Het scherp van de snede - Vier eeuwen papierknipkunst in Nederland

Page 1

Vier eeuwen papierknipkunst in Nederland

Het scherp van de snede

Jan Peter Verhave

In liefdevolle herinnering aan

Joke Verhave-van Duijn

Jan Peter Verhave

Het scherp van de snede

Vier eeuwen papierknipkunst in Nederland

Voorwoord

Zolang ik mij herinner zijn ‘Joke en Jan Peter’ een vast gegeven in mijn leven. Mijn moeder knipt sinds 1969 en via cursussen en bijeenkomsten leerde zij andere knippers kennen. Zodoende hoorde ik ook over Joke en Jan Peter. Een grote overzichtstentoonstelling in ’t Spant in Bussum leidde in 1983 tot de oprichting van de Nederlandse Vereniging voor Papierknipkunst en Joke en Jan Peter waren vanaf het begin bij deze vereniging betrokken. Joke knipte zelf, had haar werk in tentoonstellingen hangen en was tien jaar lang onbezoldigd beheerder van de knipkunstcollectie van het Nederlands Openluchtmuseum in Arnhem. Door haar werk in het museum raakten ze beiden geboeid in de geschiedenis van het knippen. Op een dag kocht Joke in een opwelling een antiek knipsel en dat was het begin van hun verzameling. Ze leerde antieke knipsels restaureren en Jan Peter begon aan archiefonderzoek. Ik kwam ze tegen op kunstbeurzen en bij lezingen en vanzelfsprekend kende ik hun publicaties. Ze schreven boeken over papierknippen en publiceerden 40 jaar lang in elke Knip-Pers een artikel. Trof ik op een veiling of antiquair knipsels aan, dan stuurde ik die informatie door en kreeg een bedankje terug. Kortom: we wisten van elkaars bestaan.

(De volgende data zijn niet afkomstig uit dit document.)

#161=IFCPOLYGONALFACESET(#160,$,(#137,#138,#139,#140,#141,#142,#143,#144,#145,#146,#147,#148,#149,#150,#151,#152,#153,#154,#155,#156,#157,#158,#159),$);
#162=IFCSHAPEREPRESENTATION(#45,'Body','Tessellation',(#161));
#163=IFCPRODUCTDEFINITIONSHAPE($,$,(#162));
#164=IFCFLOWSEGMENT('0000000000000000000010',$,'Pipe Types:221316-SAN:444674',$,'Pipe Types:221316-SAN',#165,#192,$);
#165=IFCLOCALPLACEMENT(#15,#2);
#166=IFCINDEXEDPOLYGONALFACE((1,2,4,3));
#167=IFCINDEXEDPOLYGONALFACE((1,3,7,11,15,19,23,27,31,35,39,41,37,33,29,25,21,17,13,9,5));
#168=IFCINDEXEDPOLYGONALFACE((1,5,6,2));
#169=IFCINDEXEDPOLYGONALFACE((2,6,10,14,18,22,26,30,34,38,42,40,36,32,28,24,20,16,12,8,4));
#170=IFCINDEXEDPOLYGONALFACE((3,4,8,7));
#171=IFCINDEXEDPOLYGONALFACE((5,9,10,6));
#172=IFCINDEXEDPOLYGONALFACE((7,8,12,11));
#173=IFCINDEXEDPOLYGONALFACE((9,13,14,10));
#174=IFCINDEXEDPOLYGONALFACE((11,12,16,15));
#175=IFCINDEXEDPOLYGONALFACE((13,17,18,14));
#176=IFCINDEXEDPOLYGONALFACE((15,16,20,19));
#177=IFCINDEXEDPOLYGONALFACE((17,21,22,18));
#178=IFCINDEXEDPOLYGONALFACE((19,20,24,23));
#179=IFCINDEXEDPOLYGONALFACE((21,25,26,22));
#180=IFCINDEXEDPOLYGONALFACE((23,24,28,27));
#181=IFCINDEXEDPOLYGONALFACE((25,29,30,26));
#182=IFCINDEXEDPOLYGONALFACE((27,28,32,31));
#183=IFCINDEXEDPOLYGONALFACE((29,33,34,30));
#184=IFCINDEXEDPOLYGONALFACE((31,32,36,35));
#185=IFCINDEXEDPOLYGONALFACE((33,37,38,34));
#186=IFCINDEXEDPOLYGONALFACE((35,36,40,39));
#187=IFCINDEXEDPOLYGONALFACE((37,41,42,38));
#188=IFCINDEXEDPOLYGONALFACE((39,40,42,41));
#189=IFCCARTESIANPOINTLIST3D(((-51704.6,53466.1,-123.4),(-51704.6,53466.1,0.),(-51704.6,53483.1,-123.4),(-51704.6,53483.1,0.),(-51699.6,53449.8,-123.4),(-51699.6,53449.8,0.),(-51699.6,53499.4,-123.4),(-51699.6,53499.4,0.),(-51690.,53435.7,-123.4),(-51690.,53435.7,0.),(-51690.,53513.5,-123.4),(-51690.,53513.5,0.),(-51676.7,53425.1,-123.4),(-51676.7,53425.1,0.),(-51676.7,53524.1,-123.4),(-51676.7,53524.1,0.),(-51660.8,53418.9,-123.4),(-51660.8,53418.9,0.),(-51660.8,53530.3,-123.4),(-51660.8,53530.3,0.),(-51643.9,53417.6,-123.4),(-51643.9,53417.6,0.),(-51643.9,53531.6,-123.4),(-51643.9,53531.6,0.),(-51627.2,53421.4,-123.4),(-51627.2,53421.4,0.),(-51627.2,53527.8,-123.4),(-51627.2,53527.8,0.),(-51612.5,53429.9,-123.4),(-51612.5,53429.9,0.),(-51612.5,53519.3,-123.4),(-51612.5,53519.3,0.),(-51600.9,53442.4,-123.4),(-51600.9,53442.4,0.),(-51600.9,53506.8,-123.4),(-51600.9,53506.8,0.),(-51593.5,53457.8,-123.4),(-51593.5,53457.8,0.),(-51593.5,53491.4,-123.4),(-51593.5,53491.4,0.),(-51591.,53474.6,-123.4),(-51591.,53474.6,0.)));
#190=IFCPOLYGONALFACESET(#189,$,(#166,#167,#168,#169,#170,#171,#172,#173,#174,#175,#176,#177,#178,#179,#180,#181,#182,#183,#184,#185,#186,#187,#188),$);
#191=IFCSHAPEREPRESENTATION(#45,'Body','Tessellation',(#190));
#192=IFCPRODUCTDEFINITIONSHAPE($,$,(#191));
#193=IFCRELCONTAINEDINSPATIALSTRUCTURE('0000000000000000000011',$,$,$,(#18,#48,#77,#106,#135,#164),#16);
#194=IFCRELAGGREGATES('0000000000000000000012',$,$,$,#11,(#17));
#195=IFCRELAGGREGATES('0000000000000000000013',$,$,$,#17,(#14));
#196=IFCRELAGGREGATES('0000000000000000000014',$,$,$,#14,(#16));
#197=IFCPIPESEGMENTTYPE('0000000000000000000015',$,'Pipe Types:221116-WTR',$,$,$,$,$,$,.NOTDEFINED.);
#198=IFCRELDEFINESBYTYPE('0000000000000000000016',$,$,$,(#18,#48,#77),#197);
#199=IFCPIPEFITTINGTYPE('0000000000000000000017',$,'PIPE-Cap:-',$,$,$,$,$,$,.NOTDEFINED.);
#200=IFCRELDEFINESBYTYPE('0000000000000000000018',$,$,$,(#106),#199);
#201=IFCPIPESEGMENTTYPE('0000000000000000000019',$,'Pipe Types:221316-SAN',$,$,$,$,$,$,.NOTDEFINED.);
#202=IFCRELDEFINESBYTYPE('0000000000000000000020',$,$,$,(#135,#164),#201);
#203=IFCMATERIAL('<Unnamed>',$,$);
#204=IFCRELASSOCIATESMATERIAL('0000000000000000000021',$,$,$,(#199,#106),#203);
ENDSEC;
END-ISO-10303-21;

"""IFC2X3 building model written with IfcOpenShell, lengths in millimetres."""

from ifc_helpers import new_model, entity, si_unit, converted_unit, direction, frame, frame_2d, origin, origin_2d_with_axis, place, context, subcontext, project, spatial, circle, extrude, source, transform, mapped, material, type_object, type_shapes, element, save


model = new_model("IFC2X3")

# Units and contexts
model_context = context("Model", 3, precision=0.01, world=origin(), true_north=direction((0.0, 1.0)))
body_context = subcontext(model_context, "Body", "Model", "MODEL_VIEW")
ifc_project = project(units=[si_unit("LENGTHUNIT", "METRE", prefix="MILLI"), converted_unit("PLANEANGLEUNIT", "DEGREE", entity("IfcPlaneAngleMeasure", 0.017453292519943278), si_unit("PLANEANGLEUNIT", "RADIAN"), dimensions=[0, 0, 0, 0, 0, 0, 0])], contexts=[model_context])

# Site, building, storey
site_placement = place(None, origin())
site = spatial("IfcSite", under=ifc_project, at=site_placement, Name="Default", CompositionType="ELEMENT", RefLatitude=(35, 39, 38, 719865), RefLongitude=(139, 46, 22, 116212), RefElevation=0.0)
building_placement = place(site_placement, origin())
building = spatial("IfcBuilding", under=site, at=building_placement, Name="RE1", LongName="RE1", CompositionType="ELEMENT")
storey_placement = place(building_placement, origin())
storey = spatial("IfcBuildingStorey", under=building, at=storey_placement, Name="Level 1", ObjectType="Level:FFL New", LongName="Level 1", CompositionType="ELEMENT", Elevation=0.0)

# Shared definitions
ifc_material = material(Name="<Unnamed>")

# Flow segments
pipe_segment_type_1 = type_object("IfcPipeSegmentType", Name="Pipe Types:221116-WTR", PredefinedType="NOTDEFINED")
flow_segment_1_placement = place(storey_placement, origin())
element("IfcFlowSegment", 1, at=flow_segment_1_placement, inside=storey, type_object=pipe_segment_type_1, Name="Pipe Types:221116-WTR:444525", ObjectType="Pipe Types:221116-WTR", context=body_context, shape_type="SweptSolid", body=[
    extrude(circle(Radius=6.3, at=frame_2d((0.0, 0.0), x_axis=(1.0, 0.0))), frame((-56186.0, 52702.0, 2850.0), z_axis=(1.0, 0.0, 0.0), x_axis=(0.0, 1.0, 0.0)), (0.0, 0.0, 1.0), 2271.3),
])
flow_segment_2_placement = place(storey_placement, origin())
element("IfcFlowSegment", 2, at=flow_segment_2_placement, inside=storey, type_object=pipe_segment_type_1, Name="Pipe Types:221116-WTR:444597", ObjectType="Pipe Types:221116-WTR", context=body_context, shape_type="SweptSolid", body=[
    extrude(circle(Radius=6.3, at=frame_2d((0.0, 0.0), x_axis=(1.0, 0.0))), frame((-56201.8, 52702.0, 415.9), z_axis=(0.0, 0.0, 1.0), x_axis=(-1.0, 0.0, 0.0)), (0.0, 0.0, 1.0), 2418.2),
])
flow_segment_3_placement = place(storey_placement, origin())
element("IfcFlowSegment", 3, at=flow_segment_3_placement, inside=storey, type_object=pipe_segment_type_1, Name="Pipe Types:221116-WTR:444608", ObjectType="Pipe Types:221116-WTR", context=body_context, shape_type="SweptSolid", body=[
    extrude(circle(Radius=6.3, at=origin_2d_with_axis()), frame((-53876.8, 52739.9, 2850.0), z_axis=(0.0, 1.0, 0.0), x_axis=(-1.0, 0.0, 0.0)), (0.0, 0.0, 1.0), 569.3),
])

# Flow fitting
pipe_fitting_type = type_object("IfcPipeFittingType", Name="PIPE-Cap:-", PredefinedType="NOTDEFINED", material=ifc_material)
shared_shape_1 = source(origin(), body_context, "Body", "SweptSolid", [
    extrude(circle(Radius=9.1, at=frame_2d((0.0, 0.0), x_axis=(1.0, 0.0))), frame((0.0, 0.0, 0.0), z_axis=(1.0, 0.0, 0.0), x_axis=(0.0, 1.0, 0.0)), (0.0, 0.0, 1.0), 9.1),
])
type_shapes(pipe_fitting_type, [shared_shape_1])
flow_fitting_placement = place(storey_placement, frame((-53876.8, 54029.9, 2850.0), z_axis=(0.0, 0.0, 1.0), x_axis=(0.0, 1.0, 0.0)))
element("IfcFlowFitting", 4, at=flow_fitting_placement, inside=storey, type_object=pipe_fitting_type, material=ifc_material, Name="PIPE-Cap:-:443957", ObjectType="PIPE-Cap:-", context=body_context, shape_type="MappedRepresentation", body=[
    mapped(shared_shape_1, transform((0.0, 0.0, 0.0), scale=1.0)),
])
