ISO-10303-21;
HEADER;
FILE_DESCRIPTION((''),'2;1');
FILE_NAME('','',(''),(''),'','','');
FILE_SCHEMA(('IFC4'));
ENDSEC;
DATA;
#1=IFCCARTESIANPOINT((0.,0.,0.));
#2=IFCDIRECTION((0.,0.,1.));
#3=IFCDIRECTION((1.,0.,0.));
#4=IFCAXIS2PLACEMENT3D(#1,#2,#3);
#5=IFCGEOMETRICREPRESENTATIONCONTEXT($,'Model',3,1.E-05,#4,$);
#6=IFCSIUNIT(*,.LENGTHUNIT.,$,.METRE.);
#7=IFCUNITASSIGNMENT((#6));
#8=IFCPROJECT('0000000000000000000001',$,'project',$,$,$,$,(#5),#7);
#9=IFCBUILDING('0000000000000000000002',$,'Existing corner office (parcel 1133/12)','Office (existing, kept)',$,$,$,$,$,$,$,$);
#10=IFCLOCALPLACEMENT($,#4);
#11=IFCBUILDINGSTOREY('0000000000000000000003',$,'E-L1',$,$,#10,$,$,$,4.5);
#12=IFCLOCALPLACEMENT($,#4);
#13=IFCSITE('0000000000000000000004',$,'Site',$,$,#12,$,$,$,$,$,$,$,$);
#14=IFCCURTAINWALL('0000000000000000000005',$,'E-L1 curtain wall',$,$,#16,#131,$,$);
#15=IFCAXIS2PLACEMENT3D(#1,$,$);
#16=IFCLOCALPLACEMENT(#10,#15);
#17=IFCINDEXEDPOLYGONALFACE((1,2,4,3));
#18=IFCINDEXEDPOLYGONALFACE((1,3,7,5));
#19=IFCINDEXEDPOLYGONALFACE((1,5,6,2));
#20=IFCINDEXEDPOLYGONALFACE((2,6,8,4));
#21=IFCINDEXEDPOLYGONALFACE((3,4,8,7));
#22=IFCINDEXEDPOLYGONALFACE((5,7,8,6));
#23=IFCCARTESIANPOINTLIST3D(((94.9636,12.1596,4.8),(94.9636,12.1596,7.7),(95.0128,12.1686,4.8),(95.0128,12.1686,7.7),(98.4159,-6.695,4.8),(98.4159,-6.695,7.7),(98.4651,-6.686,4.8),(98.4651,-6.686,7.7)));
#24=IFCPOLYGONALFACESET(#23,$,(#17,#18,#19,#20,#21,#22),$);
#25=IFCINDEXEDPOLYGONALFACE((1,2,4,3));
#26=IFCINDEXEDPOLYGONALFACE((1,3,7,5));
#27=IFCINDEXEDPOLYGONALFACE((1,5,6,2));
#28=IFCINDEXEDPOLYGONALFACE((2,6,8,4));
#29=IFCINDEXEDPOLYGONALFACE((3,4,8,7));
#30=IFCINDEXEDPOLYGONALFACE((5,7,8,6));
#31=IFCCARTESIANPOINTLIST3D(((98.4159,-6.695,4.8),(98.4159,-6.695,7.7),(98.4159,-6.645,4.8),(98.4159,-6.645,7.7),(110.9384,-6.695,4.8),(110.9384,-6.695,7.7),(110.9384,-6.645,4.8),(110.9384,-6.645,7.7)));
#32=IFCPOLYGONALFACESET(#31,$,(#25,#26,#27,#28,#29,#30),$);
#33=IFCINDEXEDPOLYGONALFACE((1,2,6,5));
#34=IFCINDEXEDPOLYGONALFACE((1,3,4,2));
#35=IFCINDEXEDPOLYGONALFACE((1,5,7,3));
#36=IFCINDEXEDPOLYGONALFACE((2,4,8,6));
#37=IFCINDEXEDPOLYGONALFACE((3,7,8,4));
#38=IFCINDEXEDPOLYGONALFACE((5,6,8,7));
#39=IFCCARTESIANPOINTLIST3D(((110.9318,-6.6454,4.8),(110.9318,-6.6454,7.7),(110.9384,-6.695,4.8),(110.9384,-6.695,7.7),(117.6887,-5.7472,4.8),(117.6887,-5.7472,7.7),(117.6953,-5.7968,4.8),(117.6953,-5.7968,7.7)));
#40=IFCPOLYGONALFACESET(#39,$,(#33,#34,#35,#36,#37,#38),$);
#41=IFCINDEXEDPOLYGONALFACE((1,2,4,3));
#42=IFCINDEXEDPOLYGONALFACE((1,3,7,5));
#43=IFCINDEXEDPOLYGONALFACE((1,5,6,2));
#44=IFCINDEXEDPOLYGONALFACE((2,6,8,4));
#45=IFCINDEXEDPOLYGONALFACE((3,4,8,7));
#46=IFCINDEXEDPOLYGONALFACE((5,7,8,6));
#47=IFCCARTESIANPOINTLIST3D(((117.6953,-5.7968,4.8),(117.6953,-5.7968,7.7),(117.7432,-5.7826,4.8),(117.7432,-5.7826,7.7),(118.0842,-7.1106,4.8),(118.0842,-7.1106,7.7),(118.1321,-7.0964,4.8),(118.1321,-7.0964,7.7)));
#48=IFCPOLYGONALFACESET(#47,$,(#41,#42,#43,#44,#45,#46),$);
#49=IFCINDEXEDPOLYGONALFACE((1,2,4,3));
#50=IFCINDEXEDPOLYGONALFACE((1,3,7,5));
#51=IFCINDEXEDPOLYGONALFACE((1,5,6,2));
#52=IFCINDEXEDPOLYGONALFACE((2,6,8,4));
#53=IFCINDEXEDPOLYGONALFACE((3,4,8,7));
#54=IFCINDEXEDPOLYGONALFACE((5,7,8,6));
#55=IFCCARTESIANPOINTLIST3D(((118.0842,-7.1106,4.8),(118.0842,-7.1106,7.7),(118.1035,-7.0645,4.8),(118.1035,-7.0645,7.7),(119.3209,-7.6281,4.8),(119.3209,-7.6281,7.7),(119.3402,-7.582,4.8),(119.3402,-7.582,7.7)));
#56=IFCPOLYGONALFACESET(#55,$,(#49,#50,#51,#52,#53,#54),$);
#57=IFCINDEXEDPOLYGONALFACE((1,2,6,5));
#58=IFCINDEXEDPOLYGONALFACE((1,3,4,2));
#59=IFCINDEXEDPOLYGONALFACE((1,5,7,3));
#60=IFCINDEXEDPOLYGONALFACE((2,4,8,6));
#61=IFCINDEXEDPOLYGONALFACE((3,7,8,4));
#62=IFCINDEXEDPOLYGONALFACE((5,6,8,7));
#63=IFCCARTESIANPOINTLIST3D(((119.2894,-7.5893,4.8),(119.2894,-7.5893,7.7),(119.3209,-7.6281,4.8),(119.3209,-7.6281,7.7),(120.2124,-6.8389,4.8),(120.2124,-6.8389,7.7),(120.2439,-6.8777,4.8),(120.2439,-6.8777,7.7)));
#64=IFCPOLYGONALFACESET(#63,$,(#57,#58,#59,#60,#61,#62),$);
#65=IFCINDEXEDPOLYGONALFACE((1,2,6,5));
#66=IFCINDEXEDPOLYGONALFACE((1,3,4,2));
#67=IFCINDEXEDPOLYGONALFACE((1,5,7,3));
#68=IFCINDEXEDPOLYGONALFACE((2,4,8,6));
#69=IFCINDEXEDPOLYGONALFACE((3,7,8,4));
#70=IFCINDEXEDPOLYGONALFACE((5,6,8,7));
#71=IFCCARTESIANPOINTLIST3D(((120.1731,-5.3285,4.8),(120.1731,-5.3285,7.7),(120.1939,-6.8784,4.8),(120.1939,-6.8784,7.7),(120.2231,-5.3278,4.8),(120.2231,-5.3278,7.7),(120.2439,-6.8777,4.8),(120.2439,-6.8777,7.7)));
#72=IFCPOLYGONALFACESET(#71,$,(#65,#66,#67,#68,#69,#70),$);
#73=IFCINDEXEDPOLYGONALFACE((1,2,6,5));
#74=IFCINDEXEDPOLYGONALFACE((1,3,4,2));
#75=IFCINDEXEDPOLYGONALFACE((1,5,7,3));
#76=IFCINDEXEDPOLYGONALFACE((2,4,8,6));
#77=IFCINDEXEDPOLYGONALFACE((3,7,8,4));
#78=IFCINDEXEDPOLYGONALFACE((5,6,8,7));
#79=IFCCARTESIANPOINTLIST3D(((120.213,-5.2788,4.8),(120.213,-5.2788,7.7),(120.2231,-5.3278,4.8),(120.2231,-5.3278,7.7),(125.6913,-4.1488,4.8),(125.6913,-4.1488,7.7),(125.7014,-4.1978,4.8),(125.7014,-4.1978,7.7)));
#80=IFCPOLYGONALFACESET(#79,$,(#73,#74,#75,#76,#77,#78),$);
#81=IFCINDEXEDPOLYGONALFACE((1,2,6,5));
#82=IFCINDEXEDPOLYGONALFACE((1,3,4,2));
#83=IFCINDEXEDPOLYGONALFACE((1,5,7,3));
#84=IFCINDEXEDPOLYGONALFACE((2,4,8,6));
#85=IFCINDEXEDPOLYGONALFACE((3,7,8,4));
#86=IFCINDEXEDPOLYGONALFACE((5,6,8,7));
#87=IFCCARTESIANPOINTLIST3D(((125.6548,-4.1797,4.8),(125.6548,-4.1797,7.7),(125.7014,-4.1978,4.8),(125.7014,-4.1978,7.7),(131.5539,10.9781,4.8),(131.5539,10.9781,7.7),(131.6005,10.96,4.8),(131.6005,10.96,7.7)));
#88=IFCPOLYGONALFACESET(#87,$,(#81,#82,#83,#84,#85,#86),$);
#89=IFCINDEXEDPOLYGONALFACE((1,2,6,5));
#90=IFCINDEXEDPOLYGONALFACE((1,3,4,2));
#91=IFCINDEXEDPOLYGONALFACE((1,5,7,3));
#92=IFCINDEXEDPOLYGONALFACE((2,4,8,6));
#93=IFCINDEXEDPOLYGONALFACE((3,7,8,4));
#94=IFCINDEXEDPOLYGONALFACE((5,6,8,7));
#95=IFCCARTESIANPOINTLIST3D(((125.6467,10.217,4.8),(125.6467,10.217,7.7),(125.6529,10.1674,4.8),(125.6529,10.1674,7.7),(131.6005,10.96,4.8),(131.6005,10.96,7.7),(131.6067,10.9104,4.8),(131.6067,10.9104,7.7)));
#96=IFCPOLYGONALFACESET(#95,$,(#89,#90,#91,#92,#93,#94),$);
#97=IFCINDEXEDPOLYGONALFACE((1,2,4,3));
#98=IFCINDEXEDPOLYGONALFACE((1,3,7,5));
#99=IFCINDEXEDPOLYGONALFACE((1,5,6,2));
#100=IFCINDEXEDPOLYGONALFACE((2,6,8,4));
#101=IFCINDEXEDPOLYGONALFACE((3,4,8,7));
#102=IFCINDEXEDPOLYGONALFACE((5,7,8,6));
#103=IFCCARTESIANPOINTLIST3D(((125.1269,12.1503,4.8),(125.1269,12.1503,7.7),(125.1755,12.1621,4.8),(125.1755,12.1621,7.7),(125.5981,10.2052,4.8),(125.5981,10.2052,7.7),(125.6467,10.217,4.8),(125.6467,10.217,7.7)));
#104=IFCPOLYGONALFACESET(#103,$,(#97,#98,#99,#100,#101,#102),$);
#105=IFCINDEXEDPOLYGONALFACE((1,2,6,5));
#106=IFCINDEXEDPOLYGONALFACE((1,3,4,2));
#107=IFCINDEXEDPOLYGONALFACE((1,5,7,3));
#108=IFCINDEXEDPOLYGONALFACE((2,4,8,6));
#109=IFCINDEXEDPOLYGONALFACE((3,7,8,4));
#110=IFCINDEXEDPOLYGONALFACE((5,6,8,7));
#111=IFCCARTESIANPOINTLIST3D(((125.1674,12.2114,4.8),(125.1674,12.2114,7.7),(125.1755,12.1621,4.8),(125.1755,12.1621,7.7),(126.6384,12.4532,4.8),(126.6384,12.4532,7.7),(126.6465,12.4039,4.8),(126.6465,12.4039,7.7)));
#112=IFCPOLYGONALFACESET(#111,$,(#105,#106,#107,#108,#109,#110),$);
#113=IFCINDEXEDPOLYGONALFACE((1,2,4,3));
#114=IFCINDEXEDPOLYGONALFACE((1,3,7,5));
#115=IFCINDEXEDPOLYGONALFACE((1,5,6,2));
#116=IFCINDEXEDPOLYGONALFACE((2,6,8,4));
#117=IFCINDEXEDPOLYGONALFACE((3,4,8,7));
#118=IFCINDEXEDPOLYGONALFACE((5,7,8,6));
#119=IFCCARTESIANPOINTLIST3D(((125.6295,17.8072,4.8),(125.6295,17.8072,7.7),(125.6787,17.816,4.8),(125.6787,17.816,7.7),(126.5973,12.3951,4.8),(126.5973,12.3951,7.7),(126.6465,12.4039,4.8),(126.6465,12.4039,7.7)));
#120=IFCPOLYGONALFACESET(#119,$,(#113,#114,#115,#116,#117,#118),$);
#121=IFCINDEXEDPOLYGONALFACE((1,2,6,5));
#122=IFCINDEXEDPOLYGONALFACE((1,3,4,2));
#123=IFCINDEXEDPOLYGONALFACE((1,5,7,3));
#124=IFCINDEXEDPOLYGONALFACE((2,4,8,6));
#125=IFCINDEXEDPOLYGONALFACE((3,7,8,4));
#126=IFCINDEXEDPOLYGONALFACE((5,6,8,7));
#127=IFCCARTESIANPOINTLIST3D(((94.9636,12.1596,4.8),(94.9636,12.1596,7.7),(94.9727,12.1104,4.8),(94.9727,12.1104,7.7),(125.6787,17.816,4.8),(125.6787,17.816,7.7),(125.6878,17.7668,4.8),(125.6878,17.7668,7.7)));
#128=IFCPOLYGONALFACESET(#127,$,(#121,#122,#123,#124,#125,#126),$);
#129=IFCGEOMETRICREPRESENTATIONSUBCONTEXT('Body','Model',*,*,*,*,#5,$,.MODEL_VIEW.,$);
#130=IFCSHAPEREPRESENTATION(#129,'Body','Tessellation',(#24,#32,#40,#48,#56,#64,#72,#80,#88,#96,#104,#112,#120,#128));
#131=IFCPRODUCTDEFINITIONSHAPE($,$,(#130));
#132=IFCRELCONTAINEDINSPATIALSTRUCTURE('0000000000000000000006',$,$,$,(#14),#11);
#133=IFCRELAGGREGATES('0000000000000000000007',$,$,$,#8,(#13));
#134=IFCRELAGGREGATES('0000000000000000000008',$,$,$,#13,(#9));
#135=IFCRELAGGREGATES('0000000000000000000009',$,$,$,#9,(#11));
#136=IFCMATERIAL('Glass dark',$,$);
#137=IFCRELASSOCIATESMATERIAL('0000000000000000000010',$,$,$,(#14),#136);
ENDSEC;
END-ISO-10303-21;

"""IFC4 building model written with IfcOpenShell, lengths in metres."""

from ifc_helpers import new_model, si_unit, frame, origin_with_axes, place, context, subcontext, project, spatial, polyline, outline, extrude, material, element, save


model = new_model("IFC4")

# Units and contexts
model_context = context("Model", 3, precision=1e-05, world=origin_with_axes())
body_context = subcontext(model_context, "Body", "Model", "MODEL_VIEW")
ifc_project = project(units=[si_unit("LENGTHUNIT", "METRE")], contexts=[model_context])

# Site, building, storey
site_placement = place(None, origin_with_axes())
site = spatial("IfcSite", under=ifc_project, at=site_placement, Name="Site")
building = spatial("IfcBuilding", under=site, Name="Existing corner office (parcel 1133/12)", Description="Office (existing, kept)")
storey_placement = place(None, origin_with_axes())
storey = spatial("IfcBuildingStorey", under=building, at=storey_placement, Name="E-L1", Elevation=4.5)

# Curtain wall
ifc_material_1 = material(Name="Glass dark")
curtain_wall_placement = place(storey_placement, origin_with_axes())
element("IfcCurtainWall", 1, at=curtain_wall_placement, inside=storey, material=ifc_material_1, Name="E-L1 curtain wall", context=body_context, shape_type="SweptSolid", body=[
    extrude(outline(polyline([(94.9636, 12.1596), (98.4159, -6.695), (98.4651, -6.686), (95.0128, 12.1686), (94.9636, 12.1596)])), frame((0.0, 0.0, 4.8), z_axis=(0.0, 0.0, 1.0), x_axis=(1.0, 0.0, 0.0)), (0.0, 0.0, 1.0), 2.9),
    extrude(outline(polyline([(98.4159, -6.695), (110.9384, -6.695), (110.9384, -6.645), (98.4159, -6.645), (98.4159, -6.695)])), frame((0.0, 0.0, 4.8), z_axis=(0.0, 0.0, 1.0), x_axis=(1.0, 0.0, 0.0)), (0.0, 0.0, 1.0), 2.9),
    extrude(outline(polyline([(110.9384, -6.695), (117.6953, -5.7968), (117.6887, -5.7472), (110.9318, -6.6454), (110.9384, -6.695)])), frame((0.0, 0.0, 4.8), z_axis=(0.0, 0.0, 1.0), x_axis=(1.0, 0.0, 0.0)), (0.0, 0.0, 1.0), 2.9),
    extrude(outline(polyline([(117.6953, -5.7968), (118.0842, -7.1106), (118.1321, -7.0964), (117.7432, -5.7826), (117.6953, -5.7968)])), frame((0.0, 0.0, 4.8), z_axis=(0.0, 0.0, 1.0), x_axis=(1.0, 0.0, 0.0)), (0.0, 0.0, 1.0), 2.9),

In 2020 kwam ik in het bestuur van de Nederlandse Vereniging voor Papierknipkunst en bij alle plannen om de vereniging en de papierknipkunst op de kaart te zetten, kwam ook de geschiedenis aan bod. Al het archiefonderzoek van Joke en Jan Peter moest een breder platform krijgen. Tijdens een telefoongesprek met Jan Peter bleek dat hij al ideeën had voor een website. Zo vielen onze wensen hierover samen. Met hulp van Janjaap Luijt, die de website bouwde, en Henk van Ark, die toestond dat we ook zijn publicaties digitaliseerden, zijn we aan de slag gegaan en ontstond de website knipperslexicon.nl. Inmiddels staan er ruim 350 biografieën en artikelen online en is de geschiedenis van de Nederlandse papierknipkunst op het internet goed in beeld.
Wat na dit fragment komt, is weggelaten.